Conclusions et recommandations
Au vue de ces tendances, ce premier rapport recommande :
- de gérer la ressource foncière avec plus de coordination entre les communes et l’Etat ;
- de mettre en place des actions à différents niveaux pour réduire le processus de dépendance à la voiture ;
- de renforcer les actions en faveur de la Nordstad, en partenariat avec les acteurs locaux ;
- de renforcer davantage encore l’intercommunalité pour porter un projet de territoire capable de créer un développement endogène dans la Région Sud. Ainsi, le développement du pôle d’Esch-sur-Alzette doit se faire à l’échelle de la région, de même qu’à l’échelle transfrontalière.
Aussi, le renversement de ces tendances nécessite, d’une part, la mise en place d’un cadre à base réglementaire à l’échelle nationale fourni par les quatre plans sectoriels primaires en cours de finalisation et, d’autre part, le développement de projets forts sur des territoires d’action identifiés tels que la capitale et sa périphérie, la Région Sud et la Nordstad.
Dans ce contexte, le ministre a tenu à féliciter les six conseils communaux de la Nordstad pour avoir adopté le jeudi 22 mai le Masterplan ZAN (Zentrale Achse Nordstad), plan directeur du concept urbain de réorganisation de l'axe central entre les communes d'Ettelbruck, Erpeldange, Diekirch.

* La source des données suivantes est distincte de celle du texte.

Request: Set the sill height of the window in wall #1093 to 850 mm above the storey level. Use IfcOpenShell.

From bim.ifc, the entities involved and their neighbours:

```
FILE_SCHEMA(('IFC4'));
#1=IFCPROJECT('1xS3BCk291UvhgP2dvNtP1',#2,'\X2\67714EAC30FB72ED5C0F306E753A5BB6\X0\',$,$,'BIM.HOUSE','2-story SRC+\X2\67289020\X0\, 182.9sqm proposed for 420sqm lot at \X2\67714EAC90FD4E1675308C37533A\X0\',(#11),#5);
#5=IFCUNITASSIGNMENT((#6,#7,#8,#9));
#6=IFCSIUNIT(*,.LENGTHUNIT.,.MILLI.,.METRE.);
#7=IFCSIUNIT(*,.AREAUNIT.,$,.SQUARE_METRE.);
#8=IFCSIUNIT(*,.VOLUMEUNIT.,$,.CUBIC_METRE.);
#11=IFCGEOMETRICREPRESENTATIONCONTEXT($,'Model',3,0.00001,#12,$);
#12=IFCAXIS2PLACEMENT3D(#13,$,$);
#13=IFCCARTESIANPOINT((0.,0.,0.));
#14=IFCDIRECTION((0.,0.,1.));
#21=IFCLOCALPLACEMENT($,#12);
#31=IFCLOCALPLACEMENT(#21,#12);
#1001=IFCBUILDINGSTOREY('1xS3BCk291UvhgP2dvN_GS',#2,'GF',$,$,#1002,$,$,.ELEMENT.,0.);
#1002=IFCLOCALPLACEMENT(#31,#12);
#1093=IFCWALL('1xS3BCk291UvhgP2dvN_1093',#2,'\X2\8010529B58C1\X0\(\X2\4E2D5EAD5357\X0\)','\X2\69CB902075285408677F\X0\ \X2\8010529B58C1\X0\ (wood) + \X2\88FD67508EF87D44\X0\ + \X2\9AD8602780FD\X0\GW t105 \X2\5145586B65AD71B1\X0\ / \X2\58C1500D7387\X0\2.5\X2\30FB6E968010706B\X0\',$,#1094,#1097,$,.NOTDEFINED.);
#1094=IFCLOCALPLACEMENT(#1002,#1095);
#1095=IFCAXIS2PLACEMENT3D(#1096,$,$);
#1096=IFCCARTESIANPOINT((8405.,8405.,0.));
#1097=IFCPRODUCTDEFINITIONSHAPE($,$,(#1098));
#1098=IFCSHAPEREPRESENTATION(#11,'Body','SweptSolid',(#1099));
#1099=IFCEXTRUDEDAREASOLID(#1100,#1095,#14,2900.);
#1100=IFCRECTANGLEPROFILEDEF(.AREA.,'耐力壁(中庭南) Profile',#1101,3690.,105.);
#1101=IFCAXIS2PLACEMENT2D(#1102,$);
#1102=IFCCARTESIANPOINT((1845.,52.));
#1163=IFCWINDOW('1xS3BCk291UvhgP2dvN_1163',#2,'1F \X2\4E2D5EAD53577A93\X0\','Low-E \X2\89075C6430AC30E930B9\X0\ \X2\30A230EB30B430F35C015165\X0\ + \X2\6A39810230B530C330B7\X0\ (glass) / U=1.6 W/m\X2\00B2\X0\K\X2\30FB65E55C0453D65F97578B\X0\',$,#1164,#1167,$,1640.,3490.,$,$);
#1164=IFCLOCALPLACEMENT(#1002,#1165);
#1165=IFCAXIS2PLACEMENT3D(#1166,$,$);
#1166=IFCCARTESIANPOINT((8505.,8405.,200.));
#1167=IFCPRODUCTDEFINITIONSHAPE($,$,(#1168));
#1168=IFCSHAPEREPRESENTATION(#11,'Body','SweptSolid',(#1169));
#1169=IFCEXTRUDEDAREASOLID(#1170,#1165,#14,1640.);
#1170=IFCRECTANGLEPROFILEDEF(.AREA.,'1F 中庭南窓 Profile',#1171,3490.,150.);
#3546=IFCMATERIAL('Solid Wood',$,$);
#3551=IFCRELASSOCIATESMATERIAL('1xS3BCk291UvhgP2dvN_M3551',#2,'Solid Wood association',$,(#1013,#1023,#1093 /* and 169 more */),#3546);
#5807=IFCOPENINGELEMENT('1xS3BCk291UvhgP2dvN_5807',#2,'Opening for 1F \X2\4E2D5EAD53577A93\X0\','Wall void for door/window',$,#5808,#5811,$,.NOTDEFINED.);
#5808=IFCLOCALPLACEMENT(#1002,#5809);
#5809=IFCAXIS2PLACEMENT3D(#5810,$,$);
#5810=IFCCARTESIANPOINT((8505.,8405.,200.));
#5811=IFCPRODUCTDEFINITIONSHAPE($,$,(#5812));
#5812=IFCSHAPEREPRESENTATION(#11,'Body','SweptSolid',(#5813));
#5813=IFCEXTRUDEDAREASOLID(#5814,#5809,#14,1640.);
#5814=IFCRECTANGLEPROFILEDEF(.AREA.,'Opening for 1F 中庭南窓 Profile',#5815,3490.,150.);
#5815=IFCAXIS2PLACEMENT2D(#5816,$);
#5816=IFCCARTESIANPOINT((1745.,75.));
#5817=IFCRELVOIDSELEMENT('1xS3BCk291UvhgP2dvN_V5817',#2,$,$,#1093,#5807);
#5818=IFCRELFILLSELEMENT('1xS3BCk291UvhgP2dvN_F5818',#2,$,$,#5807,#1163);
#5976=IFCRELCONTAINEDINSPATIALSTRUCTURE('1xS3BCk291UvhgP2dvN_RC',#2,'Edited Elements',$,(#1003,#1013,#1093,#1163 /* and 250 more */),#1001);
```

```python
import numpy as np
import ifcopenshell
import ifcopenshell.api.geometry
import ifcopenshell.geom
import ifcopenshell.util.element
import ifcopenshell.util.placement
import ifcopenshell.util.shape
import ifcopenshell.util.unit

model = ifcopenshell.open("bim.ifc")
unit_scale = ifcopenshell.util.unit.calculate_unit_scale(model)

window = model.by_guid("1xS3BCk291UvhgP2dvN_1163")
opening = window.FillsVoids[0].RelatingOpeningElement
storey = ifcopenshell.util.element.get_container(window, ifc_class="IfcBuildingStorey")
level = ifcopenshell.util.placement.get_local_placement(storey.ObjectPlacement)[2, 3]

# The opening's origin need not be at the sill, so measure its lowest point.
shape = ifcopenshell.geom.create_shape(ifcopenshell.geom.settings(), opening)
bottom = ifcopenshell.util.shape.get_shape_bottom_elevation(shape, shape.geometry) / unit_scale
dz = level + 850.0 - bottom

shift = np.array([0.0, 0.0, dz])
# The window is not placed relative to its opening, so move both.
for product in (opening, window):
    matrix = ifcopenshell.util.placement.get_local_placement(product.ObjectPlacement)
    matrix[:3, 3] += shift
    ifcopenshell.api.geometry.edit_object_placement(model, product=product, matrix=matrix, is_si=False)

print(f"moved by {dz * unit_scale:+.3f} m")

model.write("bim_edited.ifc")
```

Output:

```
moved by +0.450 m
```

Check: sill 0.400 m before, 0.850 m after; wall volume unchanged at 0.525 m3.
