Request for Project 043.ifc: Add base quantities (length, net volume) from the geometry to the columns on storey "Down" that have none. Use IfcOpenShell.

First a look at what the model holds.

```python
import ifcopenshell
import ifcopenshell.util.element
import ifcopenshell.util.unit

model = ifcopenshell.open("Project 043.ifc")
print(model.schema)
for unit_type in ("LENGTHUNIT", "AREAUNIT", "VOLUMEUNIT"):
    print(unit_type, ifcopenshell.util.unit.calculate_unit_scale(model, unit_type))
storey = next(s for s in model.by_type("IfcBuildingStorey") if s.Name == "Down")
columns = [e for e in ifcopenshell.util.element.get_decomposition(storey) if e.is_a("IfcColumn")]
for e in sorted(columns, key=lambda e: e.id()):
    print(e.id(), e.is_a(), e.Name, list(ifcopenshell.util.element.get_psets(e, qtos_only=True)), sep=" | ")
```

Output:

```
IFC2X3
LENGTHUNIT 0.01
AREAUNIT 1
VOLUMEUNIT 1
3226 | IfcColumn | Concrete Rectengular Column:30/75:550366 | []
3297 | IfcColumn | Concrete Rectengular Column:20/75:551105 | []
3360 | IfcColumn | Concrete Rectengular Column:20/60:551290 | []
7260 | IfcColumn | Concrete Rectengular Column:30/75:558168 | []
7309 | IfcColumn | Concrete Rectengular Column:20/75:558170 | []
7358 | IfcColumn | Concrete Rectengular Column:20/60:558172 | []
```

```python
import ifcopenshell
import ifcopenshell.api.pset
import ifcopenshell.geom
import ifcopenshell.util.element
import ifcopenshell.util.shape
import ifcopenshell.util.unit

model = ifcopenshell.open("Project 043.ifc")
unit_scale = ifcopenshell.util.unit.calculate_unit_scale(model)
volume_scale = ifcopenshell.util.unit.calculate_unit_scale(model, "VOLUMEUNIT")
settings = ifcopenshell.geom.settings()

storey = next(s for s in model.by_type("IfcBuildingStorey") if s.Name == "Down")
columns = [e for e in ifcopenshell.util.element.get_decomposition(storey) if e.is_a("IfcColumn")]

for e in sorted(columns, key=lambda e: e.id()):
    if ifcopenshell.util.element.get_psets(e, qtos_only=True, should_inherit=False):
        continue
    # Geometry comes back in metres, in the element's own axes.
    shape = ifcopenshell.geom.create_shape(settings, e)
    values = {
        "Length": ifcopenshell.util.shape.get_z(shape.geometry) / unit_scale,
        "NetVolume": ifcopenshell.util.shape.get_volume(shape.geometry) / volume_scale,
    }
    qto = ifcopenshell.api.pset.add_qto(model, product=e, name="BaseQuantities")
    ifcopenshell.api.pset.edit_qto(model, qto=qto, properties=values)
    print(e.id(), {k: round(v, 3) for k, v in values.items()})

model.write("Project 043_rev.ifc")
```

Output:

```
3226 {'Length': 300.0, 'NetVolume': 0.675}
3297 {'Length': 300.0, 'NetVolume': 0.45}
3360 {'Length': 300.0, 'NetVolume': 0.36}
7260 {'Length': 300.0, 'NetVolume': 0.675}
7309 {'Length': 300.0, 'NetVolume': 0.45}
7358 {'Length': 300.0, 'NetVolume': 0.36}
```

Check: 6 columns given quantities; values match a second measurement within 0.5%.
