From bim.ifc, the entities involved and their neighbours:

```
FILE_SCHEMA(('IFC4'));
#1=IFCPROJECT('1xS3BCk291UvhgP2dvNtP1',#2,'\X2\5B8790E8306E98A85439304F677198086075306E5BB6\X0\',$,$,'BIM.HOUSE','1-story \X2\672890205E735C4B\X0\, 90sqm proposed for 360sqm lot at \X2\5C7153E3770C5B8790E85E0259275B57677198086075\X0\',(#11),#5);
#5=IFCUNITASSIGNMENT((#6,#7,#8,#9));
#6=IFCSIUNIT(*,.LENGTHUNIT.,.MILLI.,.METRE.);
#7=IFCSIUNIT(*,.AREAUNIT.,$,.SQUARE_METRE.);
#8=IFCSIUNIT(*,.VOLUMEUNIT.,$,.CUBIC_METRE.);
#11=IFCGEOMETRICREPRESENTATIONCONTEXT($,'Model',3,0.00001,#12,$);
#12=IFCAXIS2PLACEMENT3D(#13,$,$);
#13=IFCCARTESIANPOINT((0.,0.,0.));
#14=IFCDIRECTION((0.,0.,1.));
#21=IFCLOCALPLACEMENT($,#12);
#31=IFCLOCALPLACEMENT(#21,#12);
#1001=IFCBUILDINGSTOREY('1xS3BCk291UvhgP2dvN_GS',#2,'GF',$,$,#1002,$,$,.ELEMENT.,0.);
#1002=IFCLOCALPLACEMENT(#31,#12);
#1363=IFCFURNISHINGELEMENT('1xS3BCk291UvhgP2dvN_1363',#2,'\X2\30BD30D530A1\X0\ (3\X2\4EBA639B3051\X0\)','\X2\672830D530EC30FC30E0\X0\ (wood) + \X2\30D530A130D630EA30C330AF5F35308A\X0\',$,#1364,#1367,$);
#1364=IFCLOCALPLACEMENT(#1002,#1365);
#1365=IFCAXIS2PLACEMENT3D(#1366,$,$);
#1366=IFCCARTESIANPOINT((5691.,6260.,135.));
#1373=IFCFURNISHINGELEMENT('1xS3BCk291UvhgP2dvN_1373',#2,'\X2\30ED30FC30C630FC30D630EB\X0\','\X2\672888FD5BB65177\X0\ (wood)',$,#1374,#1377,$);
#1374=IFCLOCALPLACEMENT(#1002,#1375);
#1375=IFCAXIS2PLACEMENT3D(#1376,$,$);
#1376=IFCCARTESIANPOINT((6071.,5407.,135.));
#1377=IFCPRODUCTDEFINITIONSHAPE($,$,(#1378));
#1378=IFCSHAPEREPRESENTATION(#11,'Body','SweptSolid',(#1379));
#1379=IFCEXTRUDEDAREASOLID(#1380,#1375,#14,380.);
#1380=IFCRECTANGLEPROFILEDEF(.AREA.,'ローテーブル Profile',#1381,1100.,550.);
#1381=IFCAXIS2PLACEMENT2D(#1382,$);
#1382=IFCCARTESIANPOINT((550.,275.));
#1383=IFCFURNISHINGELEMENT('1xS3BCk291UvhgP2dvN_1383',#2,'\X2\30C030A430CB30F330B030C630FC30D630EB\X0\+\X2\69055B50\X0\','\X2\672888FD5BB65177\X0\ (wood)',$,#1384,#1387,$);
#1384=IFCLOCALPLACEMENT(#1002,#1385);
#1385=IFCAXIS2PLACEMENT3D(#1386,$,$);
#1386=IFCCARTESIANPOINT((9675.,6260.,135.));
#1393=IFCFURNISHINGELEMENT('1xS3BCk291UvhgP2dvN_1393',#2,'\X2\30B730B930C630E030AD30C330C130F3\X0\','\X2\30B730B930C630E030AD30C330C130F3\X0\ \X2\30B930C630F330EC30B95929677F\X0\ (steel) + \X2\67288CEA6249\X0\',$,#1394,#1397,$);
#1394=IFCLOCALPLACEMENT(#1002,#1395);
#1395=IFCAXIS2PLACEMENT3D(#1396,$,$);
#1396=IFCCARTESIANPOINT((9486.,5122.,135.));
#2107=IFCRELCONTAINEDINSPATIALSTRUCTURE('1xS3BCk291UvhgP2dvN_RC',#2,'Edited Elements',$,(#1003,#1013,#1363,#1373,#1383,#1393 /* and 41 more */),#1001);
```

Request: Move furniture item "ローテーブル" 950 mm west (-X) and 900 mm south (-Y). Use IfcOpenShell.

```python
import ifcopenshell
import ifcopenshell.api.geometry
import ifcopenshell.util.placement

model = ifcopenshell.open("bim.ifc")

item = model.by_guid("1xS3BCk291UvhgP2dvN_1373")
matrix = ifcopenshell.util.placement.get_local_placement(item.ObjectPlacement)
matrix[0, 3] -= 950.0
matrix[1, 3] -= 900.0
ifcopenshell.api.geometry.edit_object_placement(model, product=item, matrix=matrix, is_si=False)

print(ifcopenshell.util.placement.get_local_placement(item.ObjectPlacement).round(3) + 0.0)

model.write("bim_v2.ifc")
```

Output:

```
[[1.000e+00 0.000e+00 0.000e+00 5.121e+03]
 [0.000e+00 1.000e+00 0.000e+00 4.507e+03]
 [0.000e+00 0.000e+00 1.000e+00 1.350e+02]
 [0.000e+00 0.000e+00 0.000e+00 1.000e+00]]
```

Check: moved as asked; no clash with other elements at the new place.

Finalement, le rapport réitère la nécessité d’adopter une vision transfrontalière des dynamiques qui animent le territoire luxembourgeois. En effet, le processus de métropolisation en cours influence le développement spatial sur les trois pays frontaliers et impose de ce fait l’adoption de politiques de coopération en la matière au niveau de la Grande Région.
Jean-Marie Halsdorf a rappelé dans ce contexte qu’il a inscrit les thématiques du développement territorial et de la planification territoriale en tant que thème principal de la présidence luxembourgeoise du 11e Sommet. Ainsi, en concertation avec l’ensemble des partenaires membres de la Grande Région, des travaux ont déjà été amorcés en vue de définir une méthode de travail visant la mise en place, à court terme, d’une démarche concertée, structurée et progressive en matière de développement et d’aménagement du territoire transfrontaliers.
De même, le ministre a informé que la présidence luxembourgeoise a lancé un processus de réflexion concernant le développement d’une région métropolitaine polycentrique transfrontalière au sein de la Grande Région en introduisant un projet, dénommé METROBORDER GRANDE REGION, auprès de l’ORATE / ESPON (Observatoire en Réseau de l’Aménagement du Territoire Européen / European Spatial Planning Observation Network ).
Finalement, le ministre a rappelé que le 6 décembre 2007 il avait présenté conjointement avec l’Organisation de Coopération et de Développement Economique (OCDE) l’examen territorial sur le Grand-Duché de Luxembourg, examen ayant soulevé des recommandations similaires dans les domaines du logement et du foncier, des transports et de la gouvernance ainsi qu’en matière de réforme territoriale et administrative.
L’examen de l’OCDE a également donné des indications en matière de coopération transfrontalière puisqu’il est d’avis que « toutes les actions menées, qu’il s’agisse d’infrastructures ou de services de transports ou encore de logements ont nécessairement une dimension Grande Région, ce qui signifie que leur succès suppose non seulement une coopération étroite avec les régions voisines au niveau de leur mise en œuvre mais encore un consensus en amont sur les grands objectifs poursuivis ».